The 14 comparison complete genomes were:
| Archaea (Euryarchaeota) | |
| Archaeoglobus fulgidus | 2.2Mb |
| Halobacterium sp | 2.0Mb |
| Methanobacterium thermoautotrophicum | 1.8Mb |
| Pyrococcus abyssi | 1.8Mb |
| Methanococcus jannaschii | 1.7Mb |
| Pyrococcus horikoshii | 1.7Mb |
| Archaea (Crenarchaeota) | |
| Sulfolobus solfataricus | 3.0Mb |
| Bacteria | |
| Mesorhizobium loti | 7.0Mb |
| Pseudomonas aeruginosa | 6.3Mb |
| Escherichia coli K12 | 4.6Mb |
| Bacillus subtilis | 4.2Mb |
| Vibrio cholerae | 4.0Mb |
| Synechocystis PCC6803 | 3.6Mb |
| Thermotoga maritima | 1.9Mb |
Results
48% MA genes are paralogs, and they cluster into 539 families (ranging in size from 2-85 genes per family)There are significantly more family and larger clusters in MA than in the other completely sequenced archaea.
Genome Size
Both the % paralogous genes and the number of clusters display a strong linear correlation with genome size, within the rough range:
| Genome Size | % Paralogs | # Clusters |
|---|---|---|
| 1.7 Mb | 25% | 180 |
| 7.0 Mb | 50% | 650 |
Clusters Across Genomes
| All species | Archaea | |
|---|---|---|
| Genes with ortholog | 44% | 36% |
| Clusters with correlated cluster | 72% | 65% |
| Clusters that correlate with > 1 cluster | 15% | 10% |
| Clusters that correlate to larger clusters | 31% | 21% |
| Non-Paralogous genes with correlated clusters | 43% | 37% |
Normalized Cluster Size Across Genome
Because of the linear relationship between genome size and cluster size, we have normalized the cluster sizes by genome size in order to highlight families with unusually large clusters. The graphs below illustrate the inter-genome comparison of cluster sizes after the cluster sizes have been normalized.
Data
Excel file paralogs.xls contains:
| SpreadSheet | Description |
|---|---|
| SummaryWks | Summary comparison of Methanosarcina versus other species |
| MAparalogsWks | List of all paralogous Methanosarcina clusters and the names of all clustered genes |
| ClusterCorrelationWks | Correlation of all Methanosarcina clusters with clusters in
each of the other species. Includes both raw cluster sizes, and cluster sizes normalized by genome size |
| Graph | Description |
| GenomeSize2ClusterSize | Graph of Genome Size vs Cluster Size |
| GenomeSize2#Clusters | Graph of Genome Size vs Number of Clusters |
| GenomeSize2%Paralogs | Graph of Genome Size vs % Paralogous Genes |
| GenomeSize2Orfs | Graph of Genome Size vs # Orfs |
| ClusterSizeCorr(>=10) | Graph of correlated clusters, for all clusters >= 10 genes |
| ArchaeaClusterSizeCorr(>=10) | Graph of archaeal correlated clusters, for all clusters >= 10 genes |
| NormalizedClusterSize(>=10) | Graph of correlated clusters, for all clusters >= 10 genes |
| A_NormalizedClusterSize(>=10) | Graph of correlated clusters, for all clusters >= 10 genes |
References
* Similar to methods used for Vibrio cholerae (BLASTX E<=1e-5,>60% length of query ORF) [1], Thermotoga maritima (BLASTX E<=1e-5,>60% length of query ORF) [3], Helicobacter pylori (FASTA, >60% length of smaller ORF) [4], Archaeoglobus fulgidus (FASTA, >60% length of smaller ORF) [2].[1] Heidelberg, John F. et al. DNA sequence of both chromosomes of the cholera pathogen Vibrio cholerae. Nature 406, 477-483 (2000).

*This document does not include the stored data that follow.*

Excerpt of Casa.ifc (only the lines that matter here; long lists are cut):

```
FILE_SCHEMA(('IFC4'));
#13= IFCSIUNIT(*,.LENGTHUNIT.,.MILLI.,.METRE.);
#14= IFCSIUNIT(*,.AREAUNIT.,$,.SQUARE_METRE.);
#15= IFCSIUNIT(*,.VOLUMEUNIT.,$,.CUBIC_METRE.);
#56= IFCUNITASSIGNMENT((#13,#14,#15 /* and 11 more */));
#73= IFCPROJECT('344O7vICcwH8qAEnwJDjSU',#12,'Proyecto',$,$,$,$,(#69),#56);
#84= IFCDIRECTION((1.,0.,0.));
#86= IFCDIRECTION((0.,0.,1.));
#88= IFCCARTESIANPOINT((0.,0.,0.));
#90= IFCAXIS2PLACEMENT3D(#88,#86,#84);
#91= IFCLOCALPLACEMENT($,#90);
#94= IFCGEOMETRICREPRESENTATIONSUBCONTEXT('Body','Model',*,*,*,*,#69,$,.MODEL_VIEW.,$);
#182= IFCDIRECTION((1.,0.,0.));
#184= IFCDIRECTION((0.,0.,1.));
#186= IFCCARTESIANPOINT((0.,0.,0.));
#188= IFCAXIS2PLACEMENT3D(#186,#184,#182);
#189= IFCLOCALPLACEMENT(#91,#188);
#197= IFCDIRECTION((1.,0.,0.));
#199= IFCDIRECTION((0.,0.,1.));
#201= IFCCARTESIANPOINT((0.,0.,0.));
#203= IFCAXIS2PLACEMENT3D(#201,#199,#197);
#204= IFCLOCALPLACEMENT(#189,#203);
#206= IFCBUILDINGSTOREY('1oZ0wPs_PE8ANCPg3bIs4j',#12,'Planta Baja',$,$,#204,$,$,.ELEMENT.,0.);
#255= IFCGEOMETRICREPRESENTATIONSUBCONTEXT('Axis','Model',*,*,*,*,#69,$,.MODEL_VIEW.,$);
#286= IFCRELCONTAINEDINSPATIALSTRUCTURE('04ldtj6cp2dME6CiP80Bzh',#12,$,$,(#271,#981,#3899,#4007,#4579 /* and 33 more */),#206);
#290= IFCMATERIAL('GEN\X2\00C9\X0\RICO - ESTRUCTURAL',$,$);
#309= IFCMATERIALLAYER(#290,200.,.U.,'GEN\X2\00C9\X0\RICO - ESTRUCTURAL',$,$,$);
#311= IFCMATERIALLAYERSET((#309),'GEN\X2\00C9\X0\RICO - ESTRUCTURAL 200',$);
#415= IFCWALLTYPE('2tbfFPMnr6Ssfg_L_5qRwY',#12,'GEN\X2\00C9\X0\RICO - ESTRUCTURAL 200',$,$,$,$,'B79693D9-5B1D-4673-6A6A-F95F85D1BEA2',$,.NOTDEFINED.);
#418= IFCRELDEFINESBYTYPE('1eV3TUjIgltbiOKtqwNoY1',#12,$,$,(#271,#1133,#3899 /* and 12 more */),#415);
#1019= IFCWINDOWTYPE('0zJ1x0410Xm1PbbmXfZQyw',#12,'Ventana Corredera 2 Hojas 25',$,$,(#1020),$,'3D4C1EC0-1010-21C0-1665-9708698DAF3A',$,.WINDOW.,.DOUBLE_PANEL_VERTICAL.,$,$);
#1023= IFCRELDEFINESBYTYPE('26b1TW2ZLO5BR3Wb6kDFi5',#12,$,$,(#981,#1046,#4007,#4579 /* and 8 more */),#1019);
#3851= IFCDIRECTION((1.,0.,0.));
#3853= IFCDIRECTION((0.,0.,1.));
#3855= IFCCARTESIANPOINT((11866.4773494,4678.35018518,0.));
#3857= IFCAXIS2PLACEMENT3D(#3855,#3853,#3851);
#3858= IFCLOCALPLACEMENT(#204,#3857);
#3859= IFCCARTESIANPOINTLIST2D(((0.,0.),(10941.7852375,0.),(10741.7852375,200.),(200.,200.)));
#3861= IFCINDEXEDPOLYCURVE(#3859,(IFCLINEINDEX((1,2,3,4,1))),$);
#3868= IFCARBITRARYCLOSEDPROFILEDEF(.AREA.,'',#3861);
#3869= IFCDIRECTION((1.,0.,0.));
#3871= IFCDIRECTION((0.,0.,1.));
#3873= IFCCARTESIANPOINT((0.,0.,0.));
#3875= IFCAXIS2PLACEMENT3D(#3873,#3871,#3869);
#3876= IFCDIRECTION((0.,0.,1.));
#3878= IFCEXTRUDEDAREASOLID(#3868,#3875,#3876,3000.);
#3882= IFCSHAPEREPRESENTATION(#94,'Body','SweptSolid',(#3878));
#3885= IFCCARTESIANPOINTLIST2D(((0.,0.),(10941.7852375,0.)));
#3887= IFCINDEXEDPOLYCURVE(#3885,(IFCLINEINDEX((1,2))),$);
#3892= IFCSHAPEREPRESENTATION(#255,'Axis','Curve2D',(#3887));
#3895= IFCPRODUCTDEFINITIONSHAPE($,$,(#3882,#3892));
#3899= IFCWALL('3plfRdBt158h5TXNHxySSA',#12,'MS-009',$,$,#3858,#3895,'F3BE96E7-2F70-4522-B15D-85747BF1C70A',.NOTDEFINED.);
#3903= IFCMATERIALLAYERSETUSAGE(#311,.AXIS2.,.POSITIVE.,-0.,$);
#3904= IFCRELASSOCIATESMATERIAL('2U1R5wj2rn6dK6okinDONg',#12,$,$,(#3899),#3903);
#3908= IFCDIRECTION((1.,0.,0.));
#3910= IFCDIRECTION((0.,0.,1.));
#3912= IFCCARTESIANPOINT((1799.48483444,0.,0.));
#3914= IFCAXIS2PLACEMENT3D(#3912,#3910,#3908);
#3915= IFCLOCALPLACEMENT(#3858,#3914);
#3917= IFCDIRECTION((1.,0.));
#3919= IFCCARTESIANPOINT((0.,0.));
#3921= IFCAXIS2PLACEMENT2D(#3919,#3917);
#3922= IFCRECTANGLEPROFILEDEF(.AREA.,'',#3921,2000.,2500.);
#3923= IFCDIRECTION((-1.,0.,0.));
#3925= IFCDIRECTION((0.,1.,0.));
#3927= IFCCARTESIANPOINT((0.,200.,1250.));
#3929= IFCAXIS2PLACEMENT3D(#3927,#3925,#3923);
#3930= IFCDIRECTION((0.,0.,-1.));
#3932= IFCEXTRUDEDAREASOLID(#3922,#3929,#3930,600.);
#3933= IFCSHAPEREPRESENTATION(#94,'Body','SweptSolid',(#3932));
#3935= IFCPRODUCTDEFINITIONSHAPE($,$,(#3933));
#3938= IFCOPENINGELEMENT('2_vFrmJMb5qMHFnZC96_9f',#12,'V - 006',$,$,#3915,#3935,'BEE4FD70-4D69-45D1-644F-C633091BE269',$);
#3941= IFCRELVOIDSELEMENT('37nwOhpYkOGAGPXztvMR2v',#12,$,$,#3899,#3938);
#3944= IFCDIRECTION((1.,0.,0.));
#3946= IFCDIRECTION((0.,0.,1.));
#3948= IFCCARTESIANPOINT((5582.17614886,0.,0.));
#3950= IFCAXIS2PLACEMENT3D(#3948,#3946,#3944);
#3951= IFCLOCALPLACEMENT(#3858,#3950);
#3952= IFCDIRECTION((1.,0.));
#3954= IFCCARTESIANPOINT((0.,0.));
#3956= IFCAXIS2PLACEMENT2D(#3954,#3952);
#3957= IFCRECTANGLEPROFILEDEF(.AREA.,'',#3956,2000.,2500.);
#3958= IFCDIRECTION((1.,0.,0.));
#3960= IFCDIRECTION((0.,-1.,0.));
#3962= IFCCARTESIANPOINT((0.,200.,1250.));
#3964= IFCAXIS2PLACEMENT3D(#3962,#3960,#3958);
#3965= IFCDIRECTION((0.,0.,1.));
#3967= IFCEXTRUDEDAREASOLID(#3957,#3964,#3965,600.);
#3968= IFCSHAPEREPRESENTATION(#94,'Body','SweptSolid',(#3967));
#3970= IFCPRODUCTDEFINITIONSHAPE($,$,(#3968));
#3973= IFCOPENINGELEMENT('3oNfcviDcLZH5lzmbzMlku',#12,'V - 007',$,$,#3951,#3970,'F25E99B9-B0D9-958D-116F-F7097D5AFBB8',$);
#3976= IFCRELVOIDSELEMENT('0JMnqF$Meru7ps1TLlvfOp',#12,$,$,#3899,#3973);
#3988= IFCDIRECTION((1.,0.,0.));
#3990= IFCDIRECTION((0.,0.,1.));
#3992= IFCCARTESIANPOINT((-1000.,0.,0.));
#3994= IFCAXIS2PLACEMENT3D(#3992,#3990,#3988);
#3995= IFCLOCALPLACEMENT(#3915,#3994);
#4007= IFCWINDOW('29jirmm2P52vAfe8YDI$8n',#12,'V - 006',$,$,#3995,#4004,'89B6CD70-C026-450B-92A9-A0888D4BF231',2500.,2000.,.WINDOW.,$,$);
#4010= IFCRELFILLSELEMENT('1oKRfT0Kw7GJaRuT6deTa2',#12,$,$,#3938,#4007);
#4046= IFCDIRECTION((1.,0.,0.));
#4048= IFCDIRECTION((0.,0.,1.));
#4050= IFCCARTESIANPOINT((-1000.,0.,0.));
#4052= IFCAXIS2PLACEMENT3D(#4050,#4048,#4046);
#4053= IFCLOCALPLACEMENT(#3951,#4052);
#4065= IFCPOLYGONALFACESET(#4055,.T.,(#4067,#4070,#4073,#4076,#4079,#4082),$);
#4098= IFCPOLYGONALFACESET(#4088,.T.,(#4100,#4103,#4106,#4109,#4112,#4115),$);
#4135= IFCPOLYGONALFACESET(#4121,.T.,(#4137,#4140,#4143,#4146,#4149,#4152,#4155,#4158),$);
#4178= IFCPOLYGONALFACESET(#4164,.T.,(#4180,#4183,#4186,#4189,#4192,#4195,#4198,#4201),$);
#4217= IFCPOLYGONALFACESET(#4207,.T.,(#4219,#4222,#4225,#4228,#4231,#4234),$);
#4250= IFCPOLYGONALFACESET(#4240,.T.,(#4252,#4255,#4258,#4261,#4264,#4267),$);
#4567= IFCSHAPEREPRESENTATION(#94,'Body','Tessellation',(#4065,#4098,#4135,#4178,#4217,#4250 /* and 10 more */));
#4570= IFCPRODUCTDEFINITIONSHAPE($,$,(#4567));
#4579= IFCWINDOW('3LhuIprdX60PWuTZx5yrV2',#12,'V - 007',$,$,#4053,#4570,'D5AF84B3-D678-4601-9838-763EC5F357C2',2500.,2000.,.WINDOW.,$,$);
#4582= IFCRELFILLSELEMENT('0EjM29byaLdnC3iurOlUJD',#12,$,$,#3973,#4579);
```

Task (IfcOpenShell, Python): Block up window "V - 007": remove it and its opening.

```python
import ifcopenshell
import ifcopenshell.api.feature
import ifcopenshell.api.root
import ifcopenshell.geom
import ifcopenshell.util.shape

model = ifcopenshell.open("Casa.ifc")
settings = ifcopenshell.geom.settings()


def volume(element):
    """Net volume in cubic metres, openings subtracted."""
    shape = ifcopenshell.geom.create_shape(settings, element)
    return ifcopenshell.util.shape.get_volume(shape.geometry)


window = model.by_guid("3LhuIprdX60PWuTZx5yrV2")
opening = window.FillsVoids[0].RelatingOpeningElement
wall = opening.VoidsElements[0].RelatingBuildingElement
before = volume(wall)

ifcopenshell.api.root.remove_product(model, product=window)
ifcopenshell.api.feature.remove_feature(model, feature=opening)

after = volume(wall)

print(f"wall volume {before:.3f} -> {after:.3f} m3")

model.write("Casa_edited.ifc")
```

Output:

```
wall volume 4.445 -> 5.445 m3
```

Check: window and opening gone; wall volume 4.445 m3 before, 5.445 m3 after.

[2] Klenk, Hans-Peter. et al. The complete genome sequence of the hyperthermophilic, sulphate-reducing archaeon Archaeoglobus fulgidus. Nature 390, 364-370 (1997).
[3] Nelson, Karen E. et al. Evidence for lateral gene transfer between Archaea and Bacteria from genome sequence of Thermotoga maritima. Nature 399, 323-329 (1999).
[4] Tomb, J.-F. et al. The complete genome sequence of the gastic pathogen Helicobacter pylori. Nature 388, 359-547 (1997).